Easer, where do you get your rotifers? Do you culture them yourself? 
Many thanks from Bill.


Sent from my iPod touch using Tapatalk


----------



## Nat N (25 Mar 2012)

I am feeding mine once a day reasonably generously. They have a selection of dry foods (Hikari, TA Aquaculture, etc.). They get frozen food once a week, pea meal once every week to two weeks, some veggies (like cucumber) sometimes and a day of being on a “diet” each week. They get live foods as well every now and then. I love bettas and every time I have a youngster, he gets fed a bit more often but smaller amounts. I am curious about rotifers as well... Don’t mind culturing them, just never tried this before.


----------



## Iain Sutherland (26 Mar 2012)

Nat N said:
			
		

> I am curious about rotifers as well... Don’t mind culturing them, just never tried this before.



Can only speak for my tank, but Tetra, CPD, harlequins all go nuts but especially the chocolate gourami.   Even once stuffed they love to chase the survivors around and 'pop' them  

I only tried them as i get them for my marine and thought why not...


----------



## dw1305 (26 Mar 2012)

Hi all,
Small scrape of micro-worms & grindal worms every morning, then either some live _Daphnia_/Mosquito larvae, or a mix or earthworm/spirulina flake and some astax red crumb pellets in the evening and a fast day once a week.  Larger fish don't get micro-worms, but get red worms (_Lumbricus rubellus_) instead. One day a week I feed these after lights out and add a prawn to the vegetables, if the tank has _Hypancistrus_ or _Peckoltia_ spp. as well.

If I have a lot of live "pond" food (in the summer usually), I add the right amount to keep the cultures healthy, rather than the right amount for the fish, so sometimes they would be extremely "over-fed". I'm a lot more sparing with dried food, partially because the fish are quite "spoiled", and will only eat it when they are really hungry.

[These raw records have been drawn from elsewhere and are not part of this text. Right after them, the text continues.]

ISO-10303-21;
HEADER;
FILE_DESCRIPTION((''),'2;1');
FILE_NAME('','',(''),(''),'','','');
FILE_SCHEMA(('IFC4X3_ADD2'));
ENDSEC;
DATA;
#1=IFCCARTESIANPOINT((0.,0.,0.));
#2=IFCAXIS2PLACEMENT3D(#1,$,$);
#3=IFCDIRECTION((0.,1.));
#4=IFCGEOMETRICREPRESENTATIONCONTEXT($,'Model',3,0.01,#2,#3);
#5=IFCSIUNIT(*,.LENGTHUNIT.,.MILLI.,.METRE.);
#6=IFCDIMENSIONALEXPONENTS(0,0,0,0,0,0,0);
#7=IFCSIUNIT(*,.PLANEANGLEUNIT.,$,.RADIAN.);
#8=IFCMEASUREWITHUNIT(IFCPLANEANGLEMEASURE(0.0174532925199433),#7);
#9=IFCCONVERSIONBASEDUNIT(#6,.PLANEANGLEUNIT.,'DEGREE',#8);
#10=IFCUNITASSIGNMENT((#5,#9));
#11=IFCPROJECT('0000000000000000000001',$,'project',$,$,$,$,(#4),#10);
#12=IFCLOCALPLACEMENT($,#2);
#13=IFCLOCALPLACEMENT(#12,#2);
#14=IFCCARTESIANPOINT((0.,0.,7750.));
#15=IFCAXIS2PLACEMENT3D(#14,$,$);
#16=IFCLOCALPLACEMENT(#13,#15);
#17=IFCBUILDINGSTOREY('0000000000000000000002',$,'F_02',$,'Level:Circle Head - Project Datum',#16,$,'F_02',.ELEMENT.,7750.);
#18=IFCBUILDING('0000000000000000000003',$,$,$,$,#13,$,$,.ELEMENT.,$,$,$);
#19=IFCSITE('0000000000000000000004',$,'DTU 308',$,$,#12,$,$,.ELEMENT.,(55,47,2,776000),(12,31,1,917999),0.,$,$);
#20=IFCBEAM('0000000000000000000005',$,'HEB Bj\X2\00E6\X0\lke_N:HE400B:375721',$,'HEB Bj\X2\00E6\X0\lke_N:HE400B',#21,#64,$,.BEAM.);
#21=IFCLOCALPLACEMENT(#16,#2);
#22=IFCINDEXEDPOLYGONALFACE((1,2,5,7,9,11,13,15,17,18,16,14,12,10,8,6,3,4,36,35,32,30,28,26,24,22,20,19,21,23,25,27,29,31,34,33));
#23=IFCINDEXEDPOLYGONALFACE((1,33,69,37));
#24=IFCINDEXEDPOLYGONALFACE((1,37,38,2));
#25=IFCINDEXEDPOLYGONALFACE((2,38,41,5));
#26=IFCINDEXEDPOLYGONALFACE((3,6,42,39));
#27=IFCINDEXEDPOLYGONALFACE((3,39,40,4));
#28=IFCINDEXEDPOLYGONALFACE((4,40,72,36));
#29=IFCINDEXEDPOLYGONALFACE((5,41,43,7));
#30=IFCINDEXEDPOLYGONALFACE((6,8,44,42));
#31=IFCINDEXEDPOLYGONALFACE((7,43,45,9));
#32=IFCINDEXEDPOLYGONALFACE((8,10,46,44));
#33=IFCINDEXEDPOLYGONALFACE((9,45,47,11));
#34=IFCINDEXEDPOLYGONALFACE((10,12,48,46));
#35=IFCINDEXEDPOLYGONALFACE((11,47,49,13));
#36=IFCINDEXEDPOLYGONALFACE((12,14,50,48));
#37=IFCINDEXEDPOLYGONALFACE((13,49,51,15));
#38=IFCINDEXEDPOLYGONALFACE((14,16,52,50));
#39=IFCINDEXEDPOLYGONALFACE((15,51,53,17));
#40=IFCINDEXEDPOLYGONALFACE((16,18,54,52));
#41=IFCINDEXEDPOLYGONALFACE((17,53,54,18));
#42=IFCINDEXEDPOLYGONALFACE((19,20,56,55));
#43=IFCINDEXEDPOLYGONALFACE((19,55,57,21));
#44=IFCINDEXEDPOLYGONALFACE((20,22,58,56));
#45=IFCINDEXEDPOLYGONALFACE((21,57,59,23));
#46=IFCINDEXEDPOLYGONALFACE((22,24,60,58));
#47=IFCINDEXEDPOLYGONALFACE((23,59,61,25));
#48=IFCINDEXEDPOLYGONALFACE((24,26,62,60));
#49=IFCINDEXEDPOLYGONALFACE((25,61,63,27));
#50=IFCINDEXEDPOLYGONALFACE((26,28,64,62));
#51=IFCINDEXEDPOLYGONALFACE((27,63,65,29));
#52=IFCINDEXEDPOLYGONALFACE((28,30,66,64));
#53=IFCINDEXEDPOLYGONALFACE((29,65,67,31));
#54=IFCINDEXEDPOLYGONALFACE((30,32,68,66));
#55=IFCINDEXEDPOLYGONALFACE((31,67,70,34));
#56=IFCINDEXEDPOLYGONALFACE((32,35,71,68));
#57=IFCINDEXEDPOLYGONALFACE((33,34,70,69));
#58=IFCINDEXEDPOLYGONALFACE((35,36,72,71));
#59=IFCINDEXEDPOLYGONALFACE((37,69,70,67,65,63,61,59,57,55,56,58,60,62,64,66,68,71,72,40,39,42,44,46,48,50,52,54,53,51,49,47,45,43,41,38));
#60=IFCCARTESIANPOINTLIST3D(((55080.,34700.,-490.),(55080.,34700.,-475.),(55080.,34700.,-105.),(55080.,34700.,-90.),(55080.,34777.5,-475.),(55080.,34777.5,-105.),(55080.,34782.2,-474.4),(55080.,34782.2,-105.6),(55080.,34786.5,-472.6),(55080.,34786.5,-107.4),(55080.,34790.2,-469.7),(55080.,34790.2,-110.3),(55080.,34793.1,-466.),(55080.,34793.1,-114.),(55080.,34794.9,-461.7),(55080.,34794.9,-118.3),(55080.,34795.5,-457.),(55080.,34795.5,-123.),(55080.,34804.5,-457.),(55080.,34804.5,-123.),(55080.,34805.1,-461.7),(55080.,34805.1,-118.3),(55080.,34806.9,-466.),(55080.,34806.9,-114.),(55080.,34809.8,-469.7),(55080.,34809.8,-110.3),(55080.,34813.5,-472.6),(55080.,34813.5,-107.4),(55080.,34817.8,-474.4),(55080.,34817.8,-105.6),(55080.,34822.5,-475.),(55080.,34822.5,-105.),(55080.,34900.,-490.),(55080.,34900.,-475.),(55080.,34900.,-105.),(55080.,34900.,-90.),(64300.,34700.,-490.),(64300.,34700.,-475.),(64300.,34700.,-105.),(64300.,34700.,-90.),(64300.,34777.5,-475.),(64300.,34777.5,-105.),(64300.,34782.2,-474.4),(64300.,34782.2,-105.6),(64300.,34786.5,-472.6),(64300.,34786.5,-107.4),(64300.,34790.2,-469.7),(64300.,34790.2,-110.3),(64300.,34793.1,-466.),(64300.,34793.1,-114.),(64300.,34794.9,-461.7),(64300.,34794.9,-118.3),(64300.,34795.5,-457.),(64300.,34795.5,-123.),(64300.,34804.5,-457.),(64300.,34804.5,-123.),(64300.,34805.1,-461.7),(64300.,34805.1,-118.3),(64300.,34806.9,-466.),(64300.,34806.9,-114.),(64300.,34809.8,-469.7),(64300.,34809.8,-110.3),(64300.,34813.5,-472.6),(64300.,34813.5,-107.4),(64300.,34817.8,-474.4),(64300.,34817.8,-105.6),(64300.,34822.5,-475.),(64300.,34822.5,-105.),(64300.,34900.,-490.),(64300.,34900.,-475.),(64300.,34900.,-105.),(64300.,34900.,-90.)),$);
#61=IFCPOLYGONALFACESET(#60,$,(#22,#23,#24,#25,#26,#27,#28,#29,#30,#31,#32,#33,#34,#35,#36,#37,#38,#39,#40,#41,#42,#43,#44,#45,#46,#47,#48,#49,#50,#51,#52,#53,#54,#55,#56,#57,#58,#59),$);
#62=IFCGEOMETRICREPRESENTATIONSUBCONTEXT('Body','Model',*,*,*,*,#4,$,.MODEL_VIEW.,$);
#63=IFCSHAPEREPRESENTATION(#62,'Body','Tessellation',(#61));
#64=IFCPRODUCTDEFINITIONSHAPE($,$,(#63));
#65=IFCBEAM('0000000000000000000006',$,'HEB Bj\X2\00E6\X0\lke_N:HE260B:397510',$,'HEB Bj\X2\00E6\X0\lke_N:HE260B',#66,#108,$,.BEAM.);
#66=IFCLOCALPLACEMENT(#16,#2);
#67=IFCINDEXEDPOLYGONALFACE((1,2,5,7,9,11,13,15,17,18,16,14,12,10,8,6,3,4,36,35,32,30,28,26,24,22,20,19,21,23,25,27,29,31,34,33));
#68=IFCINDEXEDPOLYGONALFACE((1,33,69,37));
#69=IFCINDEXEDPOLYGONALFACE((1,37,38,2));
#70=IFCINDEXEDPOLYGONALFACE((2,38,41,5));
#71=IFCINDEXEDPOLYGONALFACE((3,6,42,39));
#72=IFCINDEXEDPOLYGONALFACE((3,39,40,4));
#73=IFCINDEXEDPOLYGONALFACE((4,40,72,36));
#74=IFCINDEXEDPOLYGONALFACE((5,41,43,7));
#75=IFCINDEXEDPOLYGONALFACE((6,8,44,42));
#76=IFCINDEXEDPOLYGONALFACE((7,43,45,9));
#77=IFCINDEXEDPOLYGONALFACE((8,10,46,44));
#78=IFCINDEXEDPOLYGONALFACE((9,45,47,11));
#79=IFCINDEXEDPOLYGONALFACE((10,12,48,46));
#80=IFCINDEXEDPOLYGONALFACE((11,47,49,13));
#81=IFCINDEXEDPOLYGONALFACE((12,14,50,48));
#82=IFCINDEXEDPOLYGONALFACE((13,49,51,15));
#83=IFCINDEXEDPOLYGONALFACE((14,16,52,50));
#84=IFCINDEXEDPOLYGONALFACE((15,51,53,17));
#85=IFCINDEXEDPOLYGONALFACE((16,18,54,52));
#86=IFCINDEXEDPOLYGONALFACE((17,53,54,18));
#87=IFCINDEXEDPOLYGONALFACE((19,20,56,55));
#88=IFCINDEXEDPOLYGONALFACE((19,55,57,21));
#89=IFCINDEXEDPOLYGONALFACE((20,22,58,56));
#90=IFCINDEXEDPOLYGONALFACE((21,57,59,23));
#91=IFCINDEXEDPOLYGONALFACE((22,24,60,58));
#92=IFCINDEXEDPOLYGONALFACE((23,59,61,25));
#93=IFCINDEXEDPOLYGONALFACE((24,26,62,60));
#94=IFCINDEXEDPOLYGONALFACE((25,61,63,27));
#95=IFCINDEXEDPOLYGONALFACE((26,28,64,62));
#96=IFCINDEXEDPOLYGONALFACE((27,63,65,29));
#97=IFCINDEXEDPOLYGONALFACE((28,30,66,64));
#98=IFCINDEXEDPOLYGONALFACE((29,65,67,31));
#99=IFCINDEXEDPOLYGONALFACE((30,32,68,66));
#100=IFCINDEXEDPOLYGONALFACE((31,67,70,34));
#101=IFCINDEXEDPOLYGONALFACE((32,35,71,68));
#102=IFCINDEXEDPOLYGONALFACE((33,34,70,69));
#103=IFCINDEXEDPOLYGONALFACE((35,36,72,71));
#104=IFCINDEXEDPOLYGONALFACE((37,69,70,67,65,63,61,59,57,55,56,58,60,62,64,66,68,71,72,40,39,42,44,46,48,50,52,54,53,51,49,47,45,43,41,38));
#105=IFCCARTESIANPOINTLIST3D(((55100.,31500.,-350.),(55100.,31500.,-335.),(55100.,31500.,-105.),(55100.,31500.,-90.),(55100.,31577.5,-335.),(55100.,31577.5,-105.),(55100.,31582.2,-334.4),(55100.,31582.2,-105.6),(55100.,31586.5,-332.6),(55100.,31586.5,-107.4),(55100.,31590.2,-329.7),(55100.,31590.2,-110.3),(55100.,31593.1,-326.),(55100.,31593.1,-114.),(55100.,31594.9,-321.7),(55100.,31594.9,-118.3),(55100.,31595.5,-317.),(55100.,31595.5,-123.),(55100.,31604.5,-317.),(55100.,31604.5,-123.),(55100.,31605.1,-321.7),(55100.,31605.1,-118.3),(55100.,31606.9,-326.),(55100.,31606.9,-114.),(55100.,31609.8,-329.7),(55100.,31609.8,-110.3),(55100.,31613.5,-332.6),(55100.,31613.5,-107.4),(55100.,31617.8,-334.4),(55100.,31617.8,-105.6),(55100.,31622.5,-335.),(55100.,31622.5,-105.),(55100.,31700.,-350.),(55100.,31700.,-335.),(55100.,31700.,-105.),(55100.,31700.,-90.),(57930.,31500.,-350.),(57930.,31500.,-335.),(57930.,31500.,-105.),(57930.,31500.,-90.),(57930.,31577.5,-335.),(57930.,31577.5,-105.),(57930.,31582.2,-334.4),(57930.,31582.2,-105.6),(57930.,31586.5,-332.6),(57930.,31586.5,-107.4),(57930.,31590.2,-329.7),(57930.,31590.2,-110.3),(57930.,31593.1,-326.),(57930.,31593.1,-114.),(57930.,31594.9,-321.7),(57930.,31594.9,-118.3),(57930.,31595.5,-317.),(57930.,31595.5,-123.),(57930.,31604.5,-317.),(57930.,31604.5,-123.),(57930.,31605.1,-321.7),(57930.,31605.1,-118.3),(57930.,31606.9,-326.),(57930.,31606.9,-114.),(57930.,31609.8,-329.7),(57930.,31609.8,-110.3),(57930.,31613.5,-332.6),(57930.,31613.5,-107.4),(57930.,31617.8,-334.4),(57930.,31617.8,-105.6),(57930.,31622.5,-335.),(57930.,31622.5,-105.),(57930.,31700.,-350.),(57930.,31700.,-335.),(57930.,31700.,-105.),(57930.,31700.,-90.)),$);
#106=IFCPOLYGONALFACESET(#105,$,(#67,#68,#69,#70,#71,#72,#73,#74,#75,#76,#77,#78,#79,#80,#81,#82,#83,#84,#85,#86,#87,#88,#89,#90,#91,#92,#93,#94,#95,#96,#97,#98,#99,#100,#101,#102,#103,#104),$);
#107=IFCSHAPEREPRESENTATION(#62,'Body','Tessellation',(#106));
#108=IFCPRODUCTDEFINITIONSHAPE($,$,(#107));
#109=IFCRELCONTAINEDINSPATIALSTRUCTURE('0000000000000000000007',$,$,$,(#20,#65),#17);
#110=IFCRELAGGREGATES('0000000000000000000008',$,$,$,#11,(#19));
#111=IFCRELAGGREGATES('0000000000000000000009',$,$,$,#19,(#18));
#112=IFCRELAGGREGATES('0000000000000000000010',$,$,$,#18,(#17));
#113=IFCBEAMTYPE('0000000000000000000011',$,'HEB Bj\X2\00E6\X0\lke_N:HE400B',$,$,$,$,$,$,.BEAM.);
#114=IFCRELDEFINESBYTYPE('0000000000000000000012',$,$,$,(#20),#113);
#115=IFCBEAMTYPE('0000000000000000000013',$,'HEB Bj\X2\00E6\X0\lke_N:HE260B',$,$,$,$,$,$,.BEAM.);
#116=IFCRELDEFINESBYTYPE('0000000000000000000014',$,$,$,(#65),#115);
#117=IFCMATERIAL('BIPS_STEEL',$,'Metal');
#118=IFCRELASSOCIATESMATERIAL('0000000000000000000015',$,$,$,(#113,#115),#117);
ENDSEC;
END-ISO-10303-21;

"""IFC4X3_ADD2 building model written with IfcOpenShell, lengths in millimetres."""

from ifc_helpers import new_model, entity, si_unit, converted_unit, direction, frame, frame_2d, origin, place, context, subcontext, project, spatial, polyline, circle_curve, parameter, trimmed, segment, composite_curve, i_section, outline, extrude, source, transform, mapped, material, material_profile, profile_set, type_object, element, save


model = new_model("IFC4X3_ADD2")

# Units and contexts
model_context = context("Model", 3, precision=0.01, world=origin(), true_north=direction((0.0, 1.0)))
body_context = subcontext(model_context, "Body", "Model", "MODEL_VIEW")
ifc_project = project(units=[si_unit("LENGTHUNIT", "METRE", prefix="MILLI"), converted_unit("PLANEANGLEUNIT", "DEGREE", entity("IfcPlaneAngleMeasure", 0.0174532925199433), si_unit("PLANEANGLEUNIT", "RADIAN"), dimensions=[0, 0, 0, 0, 0, 0, 0])], contexts=[model_context])

# Site, building, storey
site_placement = place(None, origin())
site = spatial("IfcSite", under=ifc_project, at=site_placement, Name="DTU 308", CompositionType="ELEMENT", RefLatitude=(55, 47, 2, 776000), RefLongitude=(12, 31, 1, 917999), RefElevation=0.0)
building_placement = place(site_placement, origin())
building = spatial("IfcBuilding", under=site, at=building_placement, CompositionType="ELEMENT")
storey_placement = place(building_placement, frame((0.0, 0.0, 7750.0)))
storey = spatial("IfcBuildingStorey", under=building, at=storey_placement, Name="F_02", ObjectType="Level:Circle Head - Project Datum", LongName="F_02", CompositionType="ELEMENT", Elevation=7750.0)

# Shared definitions
ifc_material = material(Name="BIPS_STEEL", Category="Metal")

I leave some vegetables in at all times for the _Otocinclus_ and or Shrimps, and occasionally they get a Hikari Algal wafer or similar.

You can culture fresh-water rotifers fairly easily, but it is quite time consuming as you need to keep re-culturing, <http://www.aquaculturestore.com/info/rotifer.html> or you can use the same set-up you use for _Daphnia_. 

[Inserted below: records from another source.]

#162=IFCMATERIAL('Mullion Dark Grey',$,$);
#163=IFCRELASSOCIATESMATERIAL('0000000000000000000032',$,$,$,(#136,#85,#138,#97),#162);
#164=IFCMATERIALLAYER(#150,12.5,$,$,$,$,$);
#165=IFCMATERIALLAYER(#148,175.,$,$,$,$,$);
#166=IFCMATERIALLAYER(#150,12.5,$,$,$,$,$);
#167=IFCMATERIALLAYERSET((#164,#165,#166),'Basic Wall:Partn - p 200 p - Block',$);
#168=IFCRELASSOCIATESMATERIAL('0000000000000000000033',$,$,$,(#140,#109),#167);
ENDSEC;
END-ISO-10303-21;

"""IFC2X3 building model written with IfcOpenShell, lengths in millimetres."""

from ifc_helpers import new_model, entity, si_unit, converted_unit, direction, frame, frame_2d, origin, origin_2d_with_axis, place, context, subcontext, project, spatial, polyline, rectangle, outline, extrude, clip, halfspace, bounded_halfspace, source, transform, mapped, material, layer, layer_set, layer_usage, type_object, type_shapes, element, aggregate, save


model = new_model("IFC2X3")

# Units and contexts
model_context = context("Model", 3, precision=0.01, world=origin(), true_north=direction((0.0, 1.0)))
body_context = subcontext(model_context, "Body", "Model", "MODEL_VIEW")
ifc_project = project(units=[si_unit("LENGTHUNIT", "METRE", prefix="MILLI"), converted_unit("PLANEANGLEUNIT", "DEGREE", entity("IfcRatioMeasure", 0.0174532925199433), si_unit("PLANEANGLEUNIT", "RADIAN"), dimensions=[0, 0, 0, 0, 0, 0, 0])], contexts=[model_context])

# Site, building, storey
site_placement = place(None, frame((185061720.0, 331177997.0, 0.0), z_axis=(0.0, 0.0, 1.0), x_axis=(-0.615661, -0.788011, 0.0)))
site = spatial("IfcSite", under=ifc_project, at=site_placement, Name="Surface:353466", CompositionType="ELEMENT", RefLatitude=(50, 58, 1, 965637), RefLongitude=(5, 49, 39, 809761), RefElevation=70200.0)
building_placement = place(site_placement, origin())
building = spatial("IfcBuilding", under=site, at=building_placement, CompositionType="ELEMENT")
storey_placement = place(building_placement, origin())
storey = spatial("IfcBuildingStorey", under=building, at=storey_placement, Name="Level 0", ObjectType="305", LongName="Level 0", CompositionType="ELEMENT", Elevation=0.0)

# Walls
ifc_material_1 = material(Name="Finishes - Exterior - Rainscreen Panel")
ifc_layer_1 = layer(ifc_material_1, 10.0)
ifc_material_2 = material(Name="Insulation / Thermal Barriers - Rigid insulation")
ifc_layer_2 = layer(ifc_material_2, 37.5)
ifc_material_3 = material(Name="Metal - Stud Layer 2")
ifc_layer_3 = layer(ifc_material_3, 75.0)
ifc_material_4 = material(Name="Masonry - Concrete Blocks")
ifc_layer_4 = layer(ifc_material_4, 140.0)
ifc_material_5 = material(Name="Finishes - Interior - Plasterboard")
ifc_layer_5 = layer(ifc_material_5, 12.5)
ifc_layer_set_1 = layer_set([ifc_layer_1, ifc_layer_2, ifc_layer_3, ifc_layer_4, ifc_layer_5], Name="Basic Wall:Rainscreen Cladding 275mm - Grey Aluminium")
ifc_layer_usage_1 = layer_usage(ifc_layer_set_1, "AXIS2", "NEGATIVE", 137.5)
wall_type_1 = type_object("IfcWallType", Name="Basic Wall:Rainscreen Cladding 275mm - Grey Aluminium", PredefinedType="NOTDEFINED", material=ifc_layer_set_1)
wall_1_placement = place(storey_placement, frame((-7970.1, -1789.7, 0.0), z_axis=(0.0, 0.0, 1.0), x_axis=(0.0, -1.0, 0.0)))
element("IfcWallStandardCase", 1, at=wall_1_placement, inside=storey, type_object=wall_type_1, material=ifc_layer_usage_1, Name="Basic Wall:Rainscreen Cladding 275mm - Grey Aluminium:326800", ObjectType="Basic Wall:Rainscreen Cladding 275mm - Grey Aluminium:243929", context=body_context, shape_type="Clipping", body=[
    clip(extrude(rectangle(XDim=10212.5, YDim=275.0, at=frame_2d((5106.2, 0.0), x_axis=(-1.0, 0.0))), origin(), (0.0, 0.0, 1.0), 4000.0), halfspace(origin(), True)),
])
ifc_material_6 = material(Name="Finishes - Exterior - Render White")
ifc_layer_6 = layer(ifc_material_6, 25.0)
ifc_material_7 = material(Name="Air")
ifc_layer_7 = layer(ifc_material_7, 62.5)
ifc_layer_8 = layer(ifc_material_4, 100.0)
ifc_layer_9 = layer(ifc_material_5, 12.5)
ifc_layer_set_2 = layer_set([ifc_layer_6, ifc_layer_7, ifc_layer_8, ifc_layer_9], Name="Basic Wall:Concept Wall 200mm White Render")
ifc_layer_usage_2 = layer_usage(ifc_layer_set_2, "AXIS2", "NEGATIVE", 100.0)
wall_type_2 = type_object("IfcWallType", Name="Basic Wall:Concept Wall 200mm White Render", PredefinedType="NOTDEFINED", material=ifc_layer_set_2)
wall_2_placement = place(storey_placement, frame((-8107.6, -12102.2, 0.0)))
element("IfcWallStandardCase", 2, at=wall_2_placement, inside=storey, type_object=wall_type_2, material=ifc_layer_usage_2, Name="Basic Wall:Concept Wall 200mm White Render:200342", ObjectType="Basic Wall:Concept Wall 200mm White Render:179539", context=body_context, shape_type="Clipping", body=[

If you want to have a "trial run" to see your fishes response to live rotifers, filter sponges are a great source. Just squeeze the sponge out into a beaker, and then give it a good swirl and you should be able to pipette (pipettes from here: <http://www.ta-aquaculture.co.uk/Miscellaneous.htm>) the rotifers out of the central vortex without getting too much mulm etc.

If people are interested in culturing live food, I'd strongly recommend it for healthy fish, and I'd also recommend Mike Hellweg's book "_Culturing Live Food_", £25 very well spent <http://www.amazon.co.uk/Culturing-Live-Foods-Michael-Hellweg/dp/0793806550>. 

cheers Darrel


----------